Top of SOURCE INFORMATION

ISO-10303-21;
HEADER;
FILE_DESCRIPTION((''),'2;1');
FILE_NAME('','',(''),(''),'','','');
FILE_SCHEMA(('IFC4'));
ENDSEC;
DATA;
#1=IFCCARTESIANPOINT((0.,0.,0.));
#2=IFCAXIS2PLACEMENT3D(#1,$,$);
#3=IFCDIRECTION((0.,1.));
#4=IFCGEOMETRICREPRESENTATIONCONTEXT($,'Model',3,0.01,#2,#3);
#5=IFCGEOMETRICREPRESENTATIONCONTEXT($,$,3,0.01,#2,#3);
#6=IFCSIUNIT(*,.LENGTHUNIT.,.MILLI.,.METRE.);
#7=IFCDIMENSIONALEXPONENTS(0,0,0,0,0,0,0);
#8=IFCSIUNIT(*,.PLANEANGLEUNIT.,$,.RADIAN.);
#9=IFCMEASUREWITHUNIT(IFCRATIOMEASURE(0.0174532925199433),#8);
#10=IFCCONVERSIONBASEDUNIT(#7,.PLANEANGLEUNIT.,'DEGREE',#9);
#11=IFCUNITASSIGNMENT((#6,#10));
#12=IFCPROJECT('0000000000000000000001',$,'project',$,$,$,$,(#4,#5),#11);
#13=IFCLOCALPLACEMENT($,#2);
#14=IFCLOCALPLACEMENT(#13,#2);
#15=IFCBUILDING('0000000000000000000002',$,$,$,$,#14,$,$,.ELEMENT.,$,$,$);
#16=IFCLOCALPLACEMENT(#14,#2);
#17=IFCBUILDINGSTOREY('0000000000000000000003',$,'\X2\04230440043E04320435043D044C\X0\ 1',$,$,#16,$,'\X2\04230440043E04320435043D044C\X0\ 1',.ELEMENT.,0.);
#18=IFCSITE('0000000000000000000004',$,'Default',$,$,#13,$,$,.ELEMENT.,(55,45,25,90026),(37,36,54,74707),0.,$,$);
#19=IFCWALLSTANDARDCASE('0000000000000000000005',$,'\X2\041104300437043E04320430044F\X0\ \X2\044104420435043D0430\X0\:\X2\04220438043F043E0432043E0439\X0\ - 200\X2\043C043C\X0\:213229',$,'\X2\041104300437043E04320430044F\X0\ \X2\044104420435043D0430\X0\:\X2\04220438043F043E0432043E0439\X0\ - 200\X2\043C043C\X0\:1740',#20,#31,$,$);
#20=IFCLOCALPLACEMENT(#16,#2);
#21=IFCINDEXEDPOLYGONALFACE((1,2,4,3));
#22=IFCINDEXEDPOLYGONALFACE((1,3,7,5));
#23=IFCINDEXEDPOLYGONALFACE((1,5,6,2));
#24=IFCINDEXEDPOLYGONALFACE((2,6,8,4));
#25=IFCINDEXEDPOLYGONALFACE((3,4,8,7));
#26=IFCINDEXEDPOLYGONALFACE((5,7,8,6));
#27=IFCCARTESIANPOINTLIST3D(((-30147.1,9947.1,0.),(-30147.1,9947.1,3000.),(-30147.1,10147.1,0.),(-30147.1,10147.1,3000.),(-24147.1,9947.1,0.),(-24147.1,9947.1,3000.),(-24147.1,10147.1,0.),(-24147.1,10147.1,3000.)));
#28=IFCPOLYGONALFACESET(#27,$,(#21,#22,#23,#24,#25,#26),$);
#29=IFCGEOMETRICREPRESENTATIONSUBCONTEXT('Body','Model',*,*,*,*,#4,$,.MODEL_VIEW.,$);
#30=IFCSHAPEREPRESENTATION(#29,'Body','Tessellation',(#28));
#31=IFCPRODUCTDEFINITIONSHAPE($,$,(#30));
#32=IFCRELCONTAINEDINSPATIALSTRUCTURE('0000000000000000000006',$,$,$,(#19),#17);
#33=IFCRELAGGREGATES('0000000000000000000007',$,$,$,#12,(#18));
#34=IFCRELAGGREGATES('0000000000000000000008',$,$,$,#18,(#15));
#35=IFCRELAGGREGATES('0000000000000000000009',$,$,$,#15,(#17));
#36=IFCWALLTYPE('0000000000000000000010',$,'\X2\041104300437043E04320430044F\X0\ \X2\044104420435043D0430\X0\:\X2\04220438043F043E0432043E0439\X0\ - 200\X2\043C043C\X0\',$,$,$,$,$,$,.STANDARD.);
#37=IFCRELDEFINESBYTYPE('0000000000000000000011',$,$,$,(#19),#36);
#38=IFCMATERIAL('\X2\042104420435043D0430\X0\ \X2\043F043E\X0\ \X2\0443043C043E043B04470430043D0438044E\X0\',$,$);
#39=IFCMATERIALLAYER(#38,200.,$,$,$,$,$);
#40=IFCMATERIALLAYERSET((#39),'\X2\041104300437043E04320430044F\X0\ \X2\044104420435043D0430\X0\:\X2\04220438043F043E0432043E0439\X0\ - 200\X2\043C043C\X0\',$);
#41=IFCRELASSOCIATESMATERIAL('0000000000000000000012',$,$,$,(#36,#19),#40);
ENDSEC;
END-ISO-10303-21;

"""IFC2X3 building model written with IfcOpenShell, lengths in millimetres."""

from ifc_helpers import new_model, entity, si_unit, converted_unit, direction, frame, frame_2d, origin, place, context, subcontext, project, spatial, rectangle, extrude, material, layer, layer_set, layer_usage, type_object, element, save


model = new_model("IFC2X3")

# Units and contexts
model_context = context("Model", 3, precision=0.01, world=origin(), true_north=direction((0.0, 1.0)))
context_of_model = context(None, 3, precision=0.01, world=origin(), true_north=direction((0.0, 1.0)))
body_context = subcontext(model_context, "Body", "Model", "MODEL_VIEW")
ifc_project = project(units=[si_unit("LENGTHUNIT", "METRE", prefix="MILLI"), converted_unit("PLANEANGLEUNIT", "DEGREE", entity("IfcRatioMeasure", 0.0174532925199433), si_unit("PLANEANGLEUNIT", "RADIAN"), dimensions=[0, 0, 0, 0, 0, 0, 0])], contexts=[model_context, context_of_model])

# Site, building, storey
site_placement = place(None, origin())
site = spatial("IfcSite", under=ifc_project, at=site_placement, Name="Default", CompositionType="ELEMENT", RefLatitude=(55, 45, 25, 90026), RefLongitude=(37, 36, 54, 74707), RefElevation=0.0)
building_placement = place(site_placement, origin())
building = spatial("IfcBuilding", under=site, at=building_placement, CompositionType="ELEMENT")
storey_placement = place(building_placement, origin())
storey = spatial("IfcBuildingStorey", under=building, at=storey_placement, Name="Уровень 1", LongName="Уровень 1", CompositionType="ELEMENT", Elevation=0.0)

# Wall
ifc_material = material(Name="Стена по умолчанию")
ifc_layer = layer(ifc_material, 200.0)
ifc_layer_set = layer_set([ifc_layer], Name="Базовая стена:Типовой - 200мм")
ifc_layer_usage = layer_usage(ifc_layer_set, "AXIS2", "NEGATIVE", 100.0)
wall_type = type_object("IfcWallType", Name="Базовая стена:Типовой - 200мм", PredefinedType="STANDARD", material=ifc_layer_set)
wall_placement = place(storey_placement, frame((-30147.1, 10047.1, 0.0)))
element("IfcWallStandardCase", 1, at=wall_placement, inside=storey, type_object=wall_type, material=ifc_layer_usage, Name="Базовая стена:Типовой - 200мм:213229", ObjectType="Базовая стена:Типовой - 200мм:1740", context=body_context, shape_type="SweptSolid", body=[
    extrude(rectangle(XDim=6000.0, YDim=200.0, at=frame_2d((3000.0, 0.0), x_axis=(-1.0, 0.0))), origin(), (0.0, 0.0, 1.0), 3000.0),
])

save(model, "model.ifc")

Bottom of SOURCE INFORMATION

All entries should be restated word for word.

SOLUTION:
ISO-10303-21;
HEADER;
FILE_DESCRIPTION((''),'2;1');
FILE_NAME('','',(''),(''),'','','');
FILE_SCHEMA(('IFC4'));
ENDSEC;
DATA;
#1=IFCCARTESIANPOINT((0.,0.,0.));
#2=IFCAXIS2PLACEMENT3D(#1,$,$);
#3=IFCDIRECTION((0.,1.));
#4=IFCGEOMETRICREPRESENTATIONCONTEXT($,'Model',3,0.01,#2,#3);
#5=IFCGEOMETRICREPRESENTATIONCONTEXT($,$,3,0.01,#2,#3);
#6=IFCSIUNIT(*,.LENGTHUNIT.,.MILLI.,.METRE.);
#7=IFCDIMENSIONALEXPONENTS(0,0,0,0,0,0,0);
#8=IFCSIUNIT(*,.PLANEANGLEUNIT.,$,.RADIAN.);
#9=IFCMEASUREWITHUNIT(IFCRATIOMEASURE(0.0174532925199433),#8);
#10=IFCCONVERSIONBASEDUNIT(#7,.PLANEANGLEUNIT.,'DEGREE',#9);
#11=IFCUNITASSIGNMENT((#6,#10));
#12=IFCPROJECT('0000000000000000000001',$,'project',$,$,$,$,(#4,#5),#11);
#13=IFCLOCALPLACEMENT($,#2);
#14=IFCLOCALPLACEMENT(#13,#2);
#15=IFCBUILDING('0000000000000000000002',$,$,$,$,#14,$,$,.ELEMENT.,$,$,$);
#16=IFCLOCALPLACEMENT(#14,#2);
#17=IFCBUILDINGSTOREY('0000000000000000000003',$,'\X2\04230440043E04320435043D044C\X0\ 1',$,$,#16,$,'\X2\04230440043E04320435043D044C\X0\ 1',.ELEMENT.,0.);
#18=IFCSITE('0000000000000000000004',$,'Default',$,$,#13,$,$,.ELEMENT.,(55,45,25,90026),(37,36,54,74707),0.,$,$);
#19=IFCWALLSTANDARDCASE('0000000000000000000005',$,'\X2\041104300437043E04320430044F\X0\ \X2\044104420435043D0430\X0\:\X2\04220438043F043E0432043E0439\X0\ - 200\X2\043C043C\X0\:213229',$,'\X2\041104300437043E04320430044F\X0\ \X2\044104420435043D0430\X0\:\X2\04220438043F043E0432043E0439\X0\ - 200\X2\043C043C\X0\:1740',#20,#31,$,$);
#20=IFCLOCALPLACEMENT(#16,#2);
#21=IFCINDEXEDPOLYGONALFACE((1,2,4,3));
#22=IFCINDEXEDPOLYGONALFACE((1,3,7,5));
#23=IFCINDEXEDPOLYGONALFACE((1,5,6,2));
#24=IFCINDEXEDPOLYGONALFACE((2,6,8,4));
#25=IFCINDEXEDPOLYGONALFACE((3,4,8,7));
#26=IFCINDEXEDPOLYGONALFACE((5,7,8,6));
#27=IFCCARTESIANPOINTLIST3D(((-30147.1,9947.1,0.),(-30147.1,9947.1,3000.),(-30147.1,10147.1,0.),(-30147.1,10147.1,3000.),(-24147.1,9947.1,0.),(-24147.1,9947.1,3000.),(-24147.1,10147.1,0.),(-24147.1,10147.1,3000.)));
#28=IFCPOLYGONALFACESET(#27,$,(#21,#22,#23,#24,#25,#26),$);
#29=IFCGEOMETRICREPRESENTATIONSUBCONTEXT('Body','Model',*,*,*,*,#4,$,.MODEL_VIEW.,$);
#30=IFCSHAPEREPRESENTATION(#29,'Body','Tessellation',(#28));
#31=IFCPRODUCTDEFINITIONSHAPE($,$,(#30));
#32=IFCRELCONTAINEDINSPATIALSTRUCTURE('0000000000000000000006',$,$,$,(#19),#17);
#33=IFCRELAGGREGATES('0000000000000000000007',$,$,$,#12,(#18));
#34=IFCRELAGGREGATES('0000000000000000000008',$,$,$,#18,(#15));
#35=IFCRELAGGREGATES('0000000000000000000009',$,$,$,#15,(#17));
#36=IFCWALLTYPE('0000000000000000000010',$,'\X2\041104300437043E04320430044F\X0\ \X2\044104420435043D0430\X0\:\X2\04220438043F043E0432043E0439\X0\ - 200\X2\043C043C\X0\',$,$,$,$,$,$,.STANDARD.);
#37=IFCRELDEFINESBYTYPE('0000000000000000000011',$,$,$,(#19),#36);
#38=IFCMATERIAL('\X2\042104420435043D0430\X0\ \X2\043F043E\X0\ \X2\0443043C043E043B04470430043D0438044E\X0\',$,$);
#39=IFCMATERIALLAYER(#38,200.,$,$,$,$,$);
#40=IFCMATERIALLAYERSET((#39),'\X2\041104300437043E04320430044F\X0\ \X2\044104420435043D0430\X0\:\X2\04220438043F043E0432043E0439\X0\ - 200\X2\043C043C\X0\',$);
#41=IFCRELASSOCIATESMATERIAL('0000000000000000000012',$,$,$,(#36,#19),#40);
ENDSEC;
END-ISO-10303-21;

"""IFC2X3 building model written with IfcOpenShell, lengths in millimetres."""

from ifc_helpers import new_model, entity, si_unit, converted_unit, direction, frame, frame_2d, origin, place, context, subcontext, project, spatial, rectangle, extrude, material, layer, layer_set, layer_usage, type_object, element, save


model = new_model("IFC2X3")

# Units and contexts
model_context = context("Model", 3, precision=0.01, world=origin(), true_north=direction((0.0, 1.0)))
context_of_model = context(None, 3, precision=0.01, world=origin(), true_north=direction((0.0, 1.0)))
body_context = subcontext(model_context, "Body", "Model", "MODEL_VIEW")
ifc_project = project(units=[si_unit("LENGTHUNIT", "METRE", prefix="MILLI"), converted_unit("PLANEANGLEUNIT", "DEGREE", entity("IfcRatioMeasure", 0.0174532925199433), si_unit("PLANEANGLEUNIT", "RADIAN"), dimensions=[0, 0, 0, 0, 0, 0, 0])], contexts=[model_context, context_of_model])

# Site, building, storey
site_placement = place(None, origin())
site = spatial("IfcSite", under=ifc_project, at=site_placement, Name="Default", CompositionType="ELEMENT", RefLatitude=(55, 45, 25, 90026), RefLongitude=(37, 36, 54, 74707), RefElevation=0.0)
building_placement = place(site_placement, origin())
building = spatial("IfcBuilding", under=site, at=building_placement, CompositionType="ELEMENT")
storey_placement = place(building_placement, origin())
storey = spatial("IfcBuildingStorey", under=building, at=storey_placement, Name="Уровень 1", LongName="Уровень 1", CompositionType="ELEMENT", Elevation=0.0)

# Wall
ifc_material = material(Name="Стена по умолчанию")
ifc_layer = layer(ifc_material, 200.0)
ifc_layer_set = layer_set([ifc_layer], Name="Базовая стена:Типовой - 200мм")
ifc_layer_usage = layer_usage(ifc_layer_set, "AXIS2", "NEGATIVE", 100.0)
wall_type = type_object("IfcWallType", Name="Базовая стена:Типовой - 200мм", PredefinedType="STANDARD", material=ifc_layer_set)
wall_placement = place(storey_placement, frame((-30147.1, 10047.1, 0.0)))
element("IfcWallStandardCase", 1, at=wall_placement, inside=storey, type_object=wall_type, material=ifc_layer_usage, Name="Базовая стена:Типовой - 200мм:213229", ObjectType="Базовая стена:Типовой - 200мм:1740", context=body_context, shape_type="SweptSolid", body=[
    extrude(rectangle(XDim=6000.0, YDim=200.0, at=frame_2d((3000.0, 0.0), x_axis=(-1.0, 0.0))), origin(), (0.0, 0.0, 1.0), 3000.0),
])

save(model, "model.ifc")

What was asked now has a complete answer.